# [Records provided]
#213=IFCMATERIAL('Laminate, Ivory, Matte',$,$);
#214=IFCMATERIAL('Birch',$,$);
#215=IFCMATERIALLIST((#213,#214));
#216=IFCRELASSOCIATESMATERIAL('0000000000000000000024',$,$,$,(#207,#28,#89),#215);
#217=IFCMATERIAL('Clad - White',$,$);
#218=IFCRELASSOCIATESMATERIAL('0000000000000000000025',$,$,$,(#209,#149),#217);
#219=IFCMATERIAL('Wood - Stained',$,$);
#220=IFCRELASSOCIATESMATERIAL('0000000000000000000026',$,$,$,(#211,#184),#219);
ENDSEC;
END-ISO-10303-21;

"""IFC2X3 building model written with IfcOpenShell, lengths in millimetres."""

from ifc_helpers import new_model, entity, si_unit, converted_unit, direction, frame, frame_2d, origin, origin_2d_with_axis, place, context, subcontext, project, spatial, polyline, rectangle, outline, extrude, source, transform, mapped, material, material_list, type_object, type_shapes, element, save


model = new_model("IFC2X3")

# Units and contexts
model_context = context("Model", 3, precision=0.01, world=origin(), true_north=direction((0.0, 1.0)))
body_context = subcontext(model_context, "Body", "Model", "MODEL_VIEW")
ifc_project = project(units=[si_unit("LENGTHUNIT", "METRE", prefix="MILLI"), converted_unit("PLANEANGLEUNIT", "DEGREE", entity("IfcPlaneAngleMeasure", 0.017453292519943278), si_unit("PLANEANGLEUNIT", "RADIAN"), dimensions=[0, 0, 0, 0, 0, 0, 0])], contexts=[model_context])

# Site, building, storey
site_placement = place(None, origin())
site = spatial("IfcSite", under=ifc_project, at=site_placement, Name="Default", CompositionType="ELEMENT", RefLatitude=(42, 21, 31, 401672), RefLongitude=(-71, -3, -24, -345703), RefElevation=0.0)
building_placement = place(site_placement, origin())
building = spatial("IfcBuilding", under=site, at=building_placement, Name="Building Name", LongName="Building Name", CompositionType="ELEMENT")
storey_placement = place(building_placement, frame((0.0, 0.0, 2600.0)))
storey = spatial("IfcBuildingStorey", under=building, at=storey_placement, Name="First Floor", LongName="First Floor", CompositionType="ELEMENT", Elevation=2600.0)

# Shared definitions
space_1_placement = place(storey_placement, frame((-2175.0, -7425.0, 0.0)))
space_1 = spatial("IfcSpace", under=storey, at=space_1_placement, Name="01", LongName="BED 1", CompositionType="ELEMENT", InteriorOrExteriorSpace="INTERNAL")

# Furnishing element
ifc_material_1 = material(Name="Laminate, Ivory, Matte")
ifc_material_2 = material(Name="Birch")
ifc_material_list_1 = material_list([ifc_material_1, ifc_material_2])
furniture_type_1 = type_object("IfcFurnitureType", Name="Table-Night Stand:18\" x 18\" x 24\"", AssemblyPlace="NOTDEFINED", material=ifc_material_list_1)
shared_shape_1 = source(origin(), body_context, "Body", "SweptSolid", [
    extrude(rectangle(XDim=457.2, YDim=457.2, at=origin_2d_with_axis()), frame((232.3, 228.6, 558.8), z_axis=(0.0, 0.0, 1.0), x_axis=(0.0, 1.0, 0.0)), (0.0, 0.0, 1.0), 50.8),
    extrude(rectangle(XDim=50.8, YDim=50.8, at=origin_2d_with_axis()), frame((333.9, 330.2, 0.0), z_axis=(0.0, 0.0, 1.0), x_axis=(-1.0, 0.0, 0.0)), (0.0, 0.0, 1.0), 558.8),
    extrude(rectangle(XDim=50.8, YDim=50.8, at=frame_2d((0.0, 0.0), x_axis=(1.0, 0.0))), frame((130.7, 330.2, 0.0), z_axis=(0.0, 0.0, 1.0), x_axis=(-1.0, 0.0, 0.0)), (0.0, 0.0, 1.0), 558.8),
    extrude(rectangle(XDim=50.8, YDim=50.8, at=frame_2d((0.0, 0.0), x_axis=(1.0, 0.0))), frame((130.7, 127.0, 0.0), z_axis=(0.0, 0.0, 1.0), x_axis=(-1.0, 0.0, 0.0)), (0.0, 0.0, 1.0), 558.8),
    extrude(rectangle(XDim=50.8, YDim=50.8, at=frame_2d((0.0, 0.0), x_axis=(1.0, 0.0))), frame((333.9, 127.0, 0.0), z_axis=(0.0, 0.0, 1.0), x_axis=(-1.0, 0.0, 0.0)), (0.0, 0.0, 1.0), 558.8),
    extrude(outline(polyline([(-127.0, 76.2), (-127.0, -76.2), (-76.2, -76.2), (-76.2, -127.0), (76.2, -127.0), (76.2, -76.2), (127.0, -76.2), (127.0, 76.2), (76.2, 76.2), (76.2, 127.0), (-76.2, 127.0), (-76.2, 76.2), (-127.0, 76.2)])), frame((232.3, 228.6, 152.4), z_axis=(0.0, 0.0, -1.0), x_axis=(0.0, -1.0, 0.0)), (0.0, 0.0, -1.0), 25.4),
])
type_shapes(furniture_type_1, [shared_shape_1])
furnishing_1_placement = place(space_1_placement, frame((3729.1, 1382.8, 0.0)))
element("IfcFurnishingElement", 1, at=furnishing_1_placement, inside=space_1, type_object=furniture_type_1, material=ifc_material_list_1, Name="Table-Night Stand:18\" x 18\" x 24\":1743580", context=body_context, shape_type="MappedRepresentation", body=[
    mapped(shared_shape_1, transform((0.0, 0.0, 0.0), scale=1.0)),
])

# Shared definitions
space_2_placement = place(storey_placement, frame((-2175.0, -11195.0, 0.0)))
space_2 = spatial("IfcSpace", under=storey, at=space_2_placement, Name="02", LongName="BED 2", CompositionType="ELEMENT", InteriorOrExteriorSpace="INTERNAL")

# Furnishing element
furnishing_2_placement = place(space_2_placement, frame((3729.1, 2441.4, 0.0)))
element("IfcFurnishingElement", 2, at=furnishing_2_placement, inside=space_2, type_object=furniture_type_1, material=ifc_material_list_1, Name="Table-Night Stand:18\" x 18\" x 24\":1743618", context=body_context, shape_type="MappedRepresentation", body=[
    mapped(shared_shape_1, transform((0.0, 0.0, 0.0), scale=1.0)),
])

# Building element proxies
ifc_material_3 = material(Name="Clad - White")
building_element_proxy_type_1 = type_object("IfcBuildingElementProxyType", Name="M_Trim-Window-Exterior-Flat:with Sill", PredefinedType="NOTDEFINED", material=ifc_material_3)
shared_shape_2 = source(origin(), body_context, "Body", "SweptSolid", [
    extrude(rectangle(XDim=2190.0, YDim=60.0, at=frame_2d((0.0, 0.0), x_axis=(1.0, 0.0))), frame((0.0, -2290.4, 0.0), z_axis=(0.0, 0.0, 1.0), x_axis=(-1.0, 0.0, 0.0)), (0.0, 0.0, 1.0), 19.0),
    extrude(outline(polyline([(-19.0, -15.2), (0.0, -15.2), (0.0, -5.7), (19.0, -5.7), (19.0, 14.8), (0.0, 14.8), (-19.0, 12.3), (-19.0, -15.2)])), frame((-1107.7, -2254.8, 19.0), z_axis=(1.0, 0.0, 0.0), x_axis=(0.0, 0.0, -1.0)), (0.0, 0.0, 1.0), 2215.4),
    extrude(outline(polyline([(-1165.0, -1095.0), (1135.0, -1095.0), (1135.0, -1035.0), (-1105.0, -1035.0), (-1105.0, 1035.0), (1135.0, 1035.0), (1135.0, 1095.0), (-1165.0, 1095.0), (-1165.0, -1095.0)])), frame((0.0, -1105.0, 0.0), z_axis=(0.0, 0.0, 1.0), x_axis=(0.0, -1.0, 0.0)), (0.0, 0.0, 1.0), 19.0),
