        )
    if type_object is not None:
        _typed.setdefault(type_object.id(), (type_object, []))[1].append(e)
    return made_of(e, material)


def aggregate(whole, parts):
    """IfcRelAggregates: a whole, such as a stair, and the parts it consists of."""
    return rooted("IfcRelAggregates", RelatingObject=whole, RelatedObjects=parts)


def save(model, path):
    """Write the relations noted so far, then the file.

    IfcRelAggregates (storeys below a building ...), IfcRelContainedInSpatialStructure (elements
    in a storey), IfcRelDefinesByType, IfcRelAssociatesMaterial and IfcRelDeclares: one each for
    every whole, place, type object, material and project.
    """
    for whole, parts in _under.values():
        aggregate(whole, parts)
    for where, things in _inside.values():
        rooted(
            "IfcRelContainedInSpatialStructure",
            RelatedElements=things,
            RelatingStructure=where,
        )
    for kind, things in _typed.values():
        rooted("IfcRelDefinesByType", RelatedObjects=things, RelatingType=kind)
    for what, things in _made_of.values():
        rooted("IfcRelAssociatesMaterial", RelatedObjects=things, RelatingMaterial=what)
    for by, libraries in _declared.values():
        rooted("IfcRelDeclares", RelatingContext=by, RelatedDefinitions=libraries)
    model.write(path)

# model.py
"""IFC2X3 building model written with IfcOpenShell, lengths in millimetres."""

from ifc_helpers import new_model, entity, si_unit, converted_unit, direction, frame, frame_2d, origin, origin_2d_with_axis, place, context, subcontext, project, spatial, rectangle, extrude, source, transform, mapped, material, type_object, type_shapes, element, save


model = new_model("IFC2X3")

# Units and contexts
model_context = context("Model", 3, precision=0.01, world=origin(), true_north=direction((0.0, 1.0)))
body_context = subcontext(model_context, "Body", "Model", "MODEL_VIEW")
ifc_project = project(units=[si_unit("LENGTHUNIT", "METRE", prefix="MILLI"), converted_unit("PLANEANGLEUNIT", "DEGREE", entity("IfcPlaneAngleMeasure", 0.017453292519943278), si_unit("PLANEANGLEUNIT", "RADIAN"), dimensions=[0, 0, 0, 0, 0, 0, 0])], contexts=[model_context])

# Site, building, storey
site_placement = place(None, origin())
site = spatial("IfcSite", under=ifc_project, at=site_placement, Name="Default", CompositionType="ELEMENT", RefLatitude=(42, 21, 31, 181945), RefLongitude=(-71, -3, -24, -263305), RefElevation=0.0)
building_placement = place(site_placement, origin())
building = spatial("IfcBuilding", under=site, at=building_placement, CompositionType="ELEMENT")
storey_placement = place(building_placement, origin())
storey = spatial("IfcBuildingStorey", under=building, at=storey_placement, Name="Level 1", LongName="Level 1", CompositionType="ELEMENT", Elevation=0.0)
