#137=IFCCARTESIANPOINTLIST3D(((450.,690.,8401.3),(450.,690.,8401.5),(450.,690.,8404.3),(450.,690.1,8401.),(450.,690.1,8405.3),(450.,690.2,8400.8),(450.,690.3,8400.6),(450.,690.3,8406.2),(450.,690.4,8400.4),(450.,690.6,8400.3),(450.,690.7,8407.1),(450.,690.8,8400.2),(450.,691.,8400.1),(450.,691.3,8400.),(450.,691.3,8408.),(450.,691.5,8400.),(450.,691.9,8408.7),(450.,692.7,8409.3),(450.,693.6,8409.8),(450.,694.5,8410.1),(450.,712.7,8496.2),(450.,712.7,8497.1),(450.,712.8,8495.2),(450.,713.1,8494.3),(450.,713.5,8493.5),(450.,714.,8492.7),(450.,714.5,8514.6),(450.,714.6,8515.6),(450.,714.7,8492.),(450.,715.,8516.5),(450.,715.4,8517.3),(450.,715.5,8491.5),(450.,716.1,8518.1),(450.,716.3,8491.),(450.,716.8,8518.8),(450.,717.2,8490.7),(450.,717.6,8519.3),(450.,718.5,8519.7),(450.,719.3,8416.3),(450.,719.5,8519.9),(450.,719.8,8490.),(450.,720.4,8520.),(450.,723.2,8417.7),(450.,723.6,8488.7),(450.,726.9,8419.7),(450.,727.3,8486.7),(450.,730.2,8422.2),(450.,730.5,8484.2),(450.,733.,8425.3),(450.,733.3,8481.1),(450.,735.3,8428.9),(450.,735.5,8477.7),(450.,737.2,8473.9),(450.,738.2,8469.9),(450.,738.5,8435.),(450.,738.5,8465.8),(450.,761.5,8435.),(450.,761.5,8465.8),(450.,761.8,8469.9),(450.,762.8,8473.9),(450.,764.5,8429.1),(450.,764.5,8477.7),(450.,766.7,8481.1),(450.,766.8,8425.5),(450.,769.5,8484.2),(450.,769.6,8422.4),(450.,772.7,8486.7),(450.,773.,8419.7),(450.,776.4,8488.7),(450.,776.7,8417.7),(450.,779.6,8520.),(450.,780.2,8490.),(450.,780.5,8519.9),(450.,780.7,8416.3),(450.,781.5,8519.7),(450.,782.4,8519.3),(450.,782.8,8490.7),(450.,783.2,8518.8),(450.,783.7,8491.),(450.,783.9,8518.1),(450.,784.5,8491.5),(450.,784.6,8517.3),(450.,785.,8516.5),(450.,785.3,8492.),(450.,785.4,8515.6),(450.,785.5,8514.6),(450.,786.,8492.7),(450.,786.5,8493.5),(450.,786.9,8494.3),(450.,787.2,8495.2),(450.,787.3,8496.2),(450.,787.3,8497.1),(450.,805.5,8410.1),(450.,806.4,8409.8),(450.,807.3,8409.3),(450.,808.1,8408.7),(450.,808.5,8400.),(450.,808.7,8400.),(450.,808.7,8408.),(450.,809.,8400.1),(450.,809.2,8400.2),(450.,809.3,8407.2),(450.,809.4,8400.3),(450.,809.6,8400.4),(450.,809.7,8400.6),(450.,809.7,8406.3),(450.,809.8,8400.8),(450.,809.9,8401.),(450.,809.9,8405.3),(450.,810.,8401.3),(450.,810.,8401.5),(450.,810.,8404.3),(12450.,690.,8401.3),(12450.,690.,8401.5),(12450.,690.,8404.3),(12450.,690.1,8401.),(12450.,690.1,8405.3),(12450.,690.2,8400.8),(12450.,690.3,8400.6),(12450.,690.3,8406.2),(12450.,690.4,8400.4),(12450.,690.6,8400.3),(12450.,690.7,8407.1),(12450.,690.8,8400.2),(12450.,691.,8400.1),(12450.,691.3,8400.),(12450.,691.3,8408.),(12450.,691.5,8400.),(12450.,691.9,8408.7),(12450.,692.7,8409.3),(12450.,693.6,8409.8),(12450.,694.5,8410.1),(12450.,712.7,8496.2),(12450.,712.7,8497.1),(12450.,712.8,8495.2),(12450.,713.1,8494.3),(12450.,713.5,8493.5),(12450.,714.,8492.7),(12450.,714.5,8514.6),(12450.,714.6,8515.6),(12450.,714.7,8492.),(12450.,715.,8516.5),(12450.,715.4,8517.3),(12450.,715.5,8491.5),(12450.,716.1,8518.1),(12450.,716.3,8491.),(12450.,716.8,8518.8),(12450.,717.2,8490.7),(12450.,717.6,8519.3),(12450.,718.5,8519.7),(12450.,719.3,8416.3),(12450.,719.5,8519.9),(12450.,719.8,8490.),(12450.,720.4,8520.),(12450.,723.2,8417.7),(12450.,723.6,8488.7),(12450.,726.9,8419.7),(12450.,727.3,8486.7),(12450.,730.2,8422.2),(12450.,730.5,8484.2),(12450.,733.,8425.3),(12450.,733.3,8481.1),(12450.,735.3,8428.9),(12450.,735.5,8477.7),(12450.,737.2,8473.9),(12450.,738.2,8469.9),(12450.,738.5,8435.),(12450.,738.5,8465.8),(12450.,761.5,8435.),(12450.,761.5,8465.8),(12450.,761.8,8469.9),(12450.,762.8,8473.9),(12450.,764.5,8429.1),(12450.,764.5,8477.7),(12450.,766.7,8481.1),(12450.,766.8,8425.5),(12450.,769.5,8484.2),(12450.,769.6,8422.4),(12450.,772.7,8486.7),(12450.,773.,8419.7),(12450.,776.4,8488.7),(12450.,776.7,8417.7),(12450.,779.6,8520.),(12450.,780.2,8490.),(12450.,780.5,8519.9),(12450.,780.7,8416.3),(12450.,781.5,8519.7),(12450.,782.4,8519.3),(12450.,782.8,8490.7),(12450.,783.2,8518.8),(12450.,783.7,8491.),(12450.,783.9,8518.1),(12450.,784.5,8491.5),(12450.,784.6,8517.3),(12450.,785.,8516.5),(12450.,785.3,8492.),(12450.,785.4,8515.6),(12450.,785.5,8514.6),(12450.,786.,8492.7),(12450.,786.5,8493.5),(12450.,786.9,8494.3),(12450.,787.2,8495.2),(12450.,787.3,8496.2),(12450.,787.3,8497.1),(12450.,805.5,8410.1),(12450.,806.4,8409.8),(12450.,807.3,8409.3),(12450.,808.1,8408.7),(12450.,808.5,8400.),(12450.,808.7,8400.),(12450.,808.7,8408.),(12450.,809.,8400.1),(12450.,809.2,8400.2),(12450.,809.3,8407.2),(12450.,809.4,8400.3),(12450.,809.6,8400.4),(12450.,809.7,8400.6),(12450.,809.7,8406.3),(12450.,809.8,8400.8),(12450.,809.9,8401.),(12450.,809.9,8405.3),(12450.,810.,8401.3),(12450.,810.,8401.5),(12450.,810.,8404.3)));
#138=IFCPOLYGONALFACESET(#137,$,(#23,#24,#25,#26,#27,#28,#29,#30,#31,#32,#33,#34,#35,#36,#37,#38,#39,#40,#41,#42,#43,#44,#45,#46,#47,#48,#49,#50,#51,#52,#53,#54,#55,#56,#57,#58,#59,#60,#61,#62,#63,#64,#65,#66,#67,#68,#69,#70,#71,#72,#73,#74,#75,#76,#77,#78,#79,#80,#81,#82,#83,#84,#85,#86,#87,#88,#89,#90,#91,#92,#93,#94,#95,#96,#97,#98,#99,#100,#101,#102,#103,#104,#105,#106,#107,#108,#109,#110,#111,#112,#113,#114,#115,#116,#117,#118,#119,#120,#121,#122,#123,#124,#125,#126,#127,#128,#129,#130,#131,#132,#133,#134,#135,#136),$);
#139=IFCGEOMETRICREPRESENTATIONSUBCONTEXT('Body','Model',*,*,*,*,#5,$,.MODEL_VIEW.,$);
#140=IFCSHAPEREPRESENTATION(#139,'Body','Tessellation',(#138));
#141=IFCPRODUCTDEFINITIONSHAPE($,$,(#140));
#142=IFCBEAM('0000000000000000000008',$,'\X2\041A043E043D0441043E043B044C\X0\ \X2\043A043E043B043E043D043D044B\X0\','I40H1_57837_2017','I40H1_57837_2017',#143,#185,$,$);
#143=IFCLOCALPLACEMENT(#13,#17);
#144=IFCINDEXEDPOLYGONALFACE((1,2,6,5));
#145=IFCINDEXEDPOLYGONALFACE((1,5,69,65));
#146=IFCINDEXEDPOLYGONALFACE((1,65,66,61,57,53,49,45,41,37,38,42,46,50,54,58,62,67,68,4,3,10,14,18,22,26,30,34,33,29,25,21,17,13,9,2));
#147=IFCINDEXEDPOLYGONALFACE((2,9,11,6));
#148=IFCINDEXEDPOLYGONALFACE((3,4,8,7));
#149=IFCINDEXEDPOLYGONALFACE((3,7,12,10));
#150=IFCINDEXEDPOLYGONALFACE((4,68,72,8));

# [What you are asked to do]
Please transcribe word for word the lines from the line with "#144=IFCINDEXEDPOLYGONALFACE((1,2,6,5));" to the end of the material, both ends included.

# [Solution below]
#144=IFCINDEXEDPOLYGONALFACE((1,2,6,5));
#145=IFCINDEXEDPOLYGONALFACE((1,5,69,65));
#146=IFCINDEXEDPOLYGONALFACE((1,65,66,61,57,53,49,45,41,37,38,42,46,50,54,58,62,67,68,4,3,10,14,18,22,26,30,34,33,29,25,21,17,13,9,2));
#147=IFCINDEXEDPOLYGONALFACE((2,9,11,6));
#148=IFCINDEXEDPOLYGONALFACE((3,4,8,7));
#149=IFCINDEXEDPOLYGONALFACE((3,7,12,10));
#150=IFCINDEXEDPOLYGONALFACE((4,68,72,8));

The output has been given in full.